The last few weeks I spent working on a new dataset given to me by a fellow colleague at ESO. It was an unexpected offer and I was initially unsure if I should take on the extra work which is being led by someone else (given the huge amount of work I already have on my own). Anyway I decided to take it up and it turnout to produce some very exciting results!!
So putting aside all the on-going work I mentioned in the past posts in June and July, I dove straight into the new data. Of course it was spectral data – and my job was to derive the elemental abundances. I already have the tools for doing this business so it didn’t take long for me get some results…and what did I find?
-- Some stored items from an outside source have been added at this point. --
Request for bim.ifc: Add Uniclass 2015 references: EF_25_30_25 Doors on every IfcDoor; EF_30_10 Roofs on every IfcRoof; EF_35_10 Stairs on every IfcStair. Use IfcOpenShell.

First a look at what the model holds.

```python
import ifcopenshell

model = ifcopenshell.open("bim.ifc")
print(model.schema)
print("classifications:", [c.Name for c in model.by_type("IfcClassification")])
for ifc_class in ("IfcDoor", "IfcRoof", "IfcStair", "IfcWall", "IfcWindow"):
    print(ifc_class, len(model.by_type(ifc_class)))
```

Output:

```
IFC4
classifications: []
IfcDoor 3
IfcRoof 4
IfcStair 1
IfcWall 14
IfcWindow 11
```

```python
import ifcopenshell
import ifcopenshell.api.classification

model = ifcopenshell.open("bim.ifc")

system = ifcopenshell.api.classification.add_classification(model, classification="Uniclass 2015")

codes = {
    "IfcDoor": ("EF_25_30_25", "Doors"),
    "IfcRoof": ("EF_30_10", "Roofs"),
    "IfcStair": ("EF_35_10", "Stairs"),
}
for ifc_class, (code, name) in codes.items():
    products = model.by_type(ifc_class)
    ifcopenshell.api.classification.add_reference(
        model, products=products, classification=system, identification=code, name=name
    )
    print(code, len(products))

model.write("bim-out.ifc")
```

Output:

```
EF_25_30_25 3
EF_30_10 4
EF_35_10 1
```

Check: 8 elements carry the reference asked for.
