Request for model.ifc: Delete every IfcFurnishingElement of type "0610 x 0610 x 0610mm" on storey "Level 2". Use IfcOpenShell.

First a look at what the model holds.

```python
import ifcopenshell
import ifcopenshell.util.element

model = ifcopenshell.open("model.ifc")
print(model.schema)
storey = next(s for s in model.by_type("IfcBuildingStorey") if s.Name == "Level 2")
furniture = [e for e in ifcopenshell.util.element.get_decomposition(storey) if e.is_a("IfcFurnishingElement")]
seen = {}
for e in furniture:
    element_type = ifcopenshell.util.element.get_type(e)
    name = element_type.Name if element_type not in (None, e) else None
    seen[name] = seen.get(name, 0) + 1
for name, count in sorted(seen.items(), key=str):
    print(count, "x", name)
```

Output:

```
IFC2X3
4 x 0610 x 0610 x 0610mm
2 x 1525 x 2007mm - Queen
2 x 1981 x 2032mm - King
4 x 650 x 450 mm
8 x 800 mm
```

```python
import ifcopenshell
import ifcopenshell.api.root
import ifcopenshell.util.element

model = ifcopenshell.open("model.ifc")

storey = next(s for s in model.by_type("IfcBuildingStorey") if s.Name == "Level 2")
furniture = [e for e in ifcopenshell.util.element.get_decomposition(storey) if e.is_a("IfcFurnishingElement")]
targets = [e for e in furniture if (t := ifcopenshell.util.element.get_type(e)) not in (None, e) and t.Name == "0610 x 0610 x 0610mm"]

for e in targets:
    ifcopenshell.api.root.remove_product(model, product=e)
print(len(targets), "removed")

model.write("model_v2.ifc")
```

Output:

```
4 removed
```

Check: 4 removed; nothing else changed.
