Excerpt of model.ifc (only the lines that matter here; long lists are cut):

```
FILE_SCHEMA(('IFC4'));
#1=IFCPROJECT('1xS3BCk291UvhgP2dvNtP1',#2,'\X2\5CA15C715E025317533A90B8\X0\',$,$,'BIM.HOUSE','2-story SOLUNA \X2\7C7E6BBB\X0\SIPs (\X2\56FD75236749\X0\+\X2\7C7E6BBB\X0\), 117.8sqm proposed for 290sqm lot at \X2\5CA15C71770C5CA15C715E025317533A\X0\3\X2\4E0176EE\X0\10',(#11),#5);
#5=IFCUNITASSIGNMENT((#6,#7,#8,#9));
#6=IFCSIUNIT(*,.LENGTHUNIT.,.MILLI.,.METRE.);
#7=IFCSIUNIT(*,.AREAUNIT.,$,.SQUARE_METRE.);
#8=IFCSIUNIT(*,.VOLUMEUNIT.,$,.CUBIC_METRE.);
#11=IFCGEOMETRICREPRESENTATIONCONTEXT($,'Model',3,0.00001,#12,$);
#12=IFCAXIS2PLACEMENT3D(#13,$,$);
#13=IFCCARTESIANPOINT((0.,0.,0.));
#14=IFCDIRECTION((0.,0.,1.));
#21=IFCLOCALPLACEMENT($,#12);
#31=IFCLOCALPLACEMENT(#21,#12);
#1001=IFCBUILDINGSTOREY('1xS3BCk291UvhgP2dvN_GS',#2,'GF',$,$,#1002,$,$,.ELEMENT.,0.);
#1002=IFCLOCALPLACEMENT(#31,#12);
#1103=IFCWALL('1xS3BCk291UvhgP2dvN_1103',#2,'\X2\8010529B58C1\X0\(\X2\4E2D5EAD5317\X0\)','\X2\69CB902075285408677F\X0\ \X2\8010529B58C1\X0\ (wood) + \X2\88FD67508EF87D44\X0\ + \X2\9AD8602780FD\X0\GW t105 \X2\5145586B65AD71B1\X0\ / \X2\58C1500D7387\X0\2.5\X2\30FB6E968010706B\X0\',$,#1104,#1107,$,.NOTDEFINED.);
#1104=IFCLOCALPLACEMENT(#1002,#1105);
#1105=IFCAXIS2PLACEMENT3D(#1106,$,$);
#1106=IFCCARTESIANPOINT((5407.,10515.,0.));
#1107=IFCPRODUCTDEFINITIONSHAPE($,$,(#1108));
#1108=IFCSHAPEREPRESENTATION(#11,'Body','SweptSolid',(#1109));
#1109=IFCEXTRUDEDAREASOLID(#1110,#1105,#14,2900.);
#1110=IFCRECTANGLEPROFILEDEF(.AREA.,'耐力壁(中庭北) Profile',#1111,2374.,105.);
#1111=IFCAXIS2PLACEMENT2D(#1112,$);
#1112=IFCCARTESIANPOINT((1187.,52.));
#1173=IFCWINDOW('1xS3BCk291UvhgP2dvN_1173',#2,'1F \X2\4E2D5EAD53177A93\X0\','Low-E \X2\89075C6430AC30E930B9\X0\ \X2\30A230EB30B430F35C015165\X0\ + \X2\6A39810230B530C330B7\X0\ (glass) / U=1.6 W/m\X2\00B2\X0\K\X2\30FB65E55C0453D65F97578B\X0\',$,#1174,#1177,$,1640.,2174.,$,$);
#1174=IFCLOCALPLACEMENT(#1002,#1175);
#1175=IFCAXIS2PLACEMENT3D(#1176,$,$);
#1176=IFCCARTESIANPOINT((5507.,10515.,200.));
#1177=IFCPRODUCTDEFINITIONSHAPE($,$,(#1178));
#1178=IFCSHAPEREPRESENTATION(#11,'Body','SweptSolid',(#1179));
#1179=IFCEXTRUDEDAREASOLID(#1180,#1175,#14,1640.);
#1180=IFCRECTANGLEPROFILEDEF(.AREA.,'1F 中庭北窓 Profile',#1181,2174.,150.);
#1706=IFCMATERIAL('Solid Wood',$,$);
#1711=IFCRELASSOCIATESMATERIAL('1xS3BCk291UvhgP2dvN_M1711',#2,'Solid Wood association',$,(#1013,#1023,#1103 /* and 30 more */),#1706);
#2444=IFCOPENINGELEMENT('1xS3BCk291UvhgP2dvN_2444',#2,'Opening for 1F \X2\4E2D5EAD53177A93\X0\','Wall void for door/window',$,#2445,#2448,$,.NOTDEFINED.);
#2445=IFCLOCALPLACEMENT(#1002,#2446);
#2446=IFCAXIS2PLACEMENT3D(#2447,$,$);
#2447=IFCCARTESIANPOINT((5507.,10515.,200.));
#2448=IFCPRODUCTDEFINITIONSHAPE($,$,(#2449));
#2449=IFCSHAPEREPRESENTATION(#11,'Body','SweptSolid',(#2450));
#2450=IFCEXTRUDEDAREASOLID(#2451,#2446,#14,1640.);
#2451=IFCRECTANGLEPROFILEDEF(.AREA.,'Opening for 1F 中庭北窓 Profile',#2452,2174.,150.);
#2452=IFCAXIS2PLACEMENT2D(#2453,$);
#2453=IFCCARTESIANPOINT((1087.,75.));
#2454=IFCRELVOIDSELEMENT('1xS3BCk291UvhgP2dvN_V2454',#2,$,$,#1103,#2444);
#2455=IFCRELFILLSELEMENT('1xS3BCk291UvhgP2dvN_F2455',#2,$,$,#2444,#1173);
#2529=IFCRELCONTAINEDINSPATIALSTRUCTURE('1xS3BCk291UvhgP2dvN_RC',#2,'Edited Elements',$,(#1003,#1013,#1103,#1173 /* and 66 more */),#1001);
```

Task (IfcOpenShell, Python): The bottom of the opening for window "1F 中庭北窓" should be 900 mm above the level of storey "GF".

```python
import numpy as np
import ifcopenshell
import ifcopenshell.api.geometry
import ifcopenshell.geom
import ifcopenshell.util.element
import ifcopenshell.util.placement
import ifcopenshell.util.shape
import ifcopenshell.util.unit

model = ifcopenshell.open("model.ifc")
unit_scale = ifcopenshell.util.unit.calculate_unit_scale(model)

window = model.by_guid("1xS3BCk291UvhgP2dvN_1173")
opening = window.FillsVoids[0].RelatingOpeningElement
storey = ifcopenshell.util.element.get_container(window, ifc_class="IfcBuildingStorey")
level = ifcopenshell.util.placement.get_local_placement(storey.ObjectPlacement)[2, 3]

# The opening's origin need not be at the sill, so measure its lowest point.
shape = ifcopenshell.geom.create_shape(ifcopenshell.geom.settings(), opening)
bottom = ifcopenshell.util.shape.get_shape_bottom_elevation(shape, shape.geometry) / unit_scale
dz = level + 0.9 / unit_scale - bottom

shift = np.array([0.0, 0.0, dz])
# The window is not placed relative to its opening, so move both.
for product in (opening, window):
    matrix = ifcopenshell.util.placement.get_local_placement(product.ObjectPlacement)
    matrix[:3, 3] += shift
    ifcopenshell.api.geometry.edit_object_placement(model, product=product, matrix=matrix, is_si=False)

print(f"moved by {dz * unit_scale:+.3f} m")

model.write("model_updated.ifc")
```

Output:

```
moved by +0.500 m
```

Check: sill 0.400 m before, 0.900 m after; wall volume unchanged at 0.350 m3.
The data were on stars that are around the solar neighborhood, but seems to be moving around and associated with a very young open cluster. I have mainly studied old and dispersing clusters, but this was a young cluster. My results shows that most of these separate co-moving stars match the chemical abundance patterns of the young cluster. This most likely means that the young cluster is already starting to disperse its members, and are being blended into the nearby solar neighborhood. This form of dispersion of young star clusters is given the dreadful name “infant mortality” by astronomers! The rate of infant mortality in different parts of our Galaxy and in other galaxies is an active field of research.
So now that my abundance matching has shown the presently studied cluster is likely a case of infant mortality, now it is over to the theorists of the group to do the modeling and simulate how this could happen.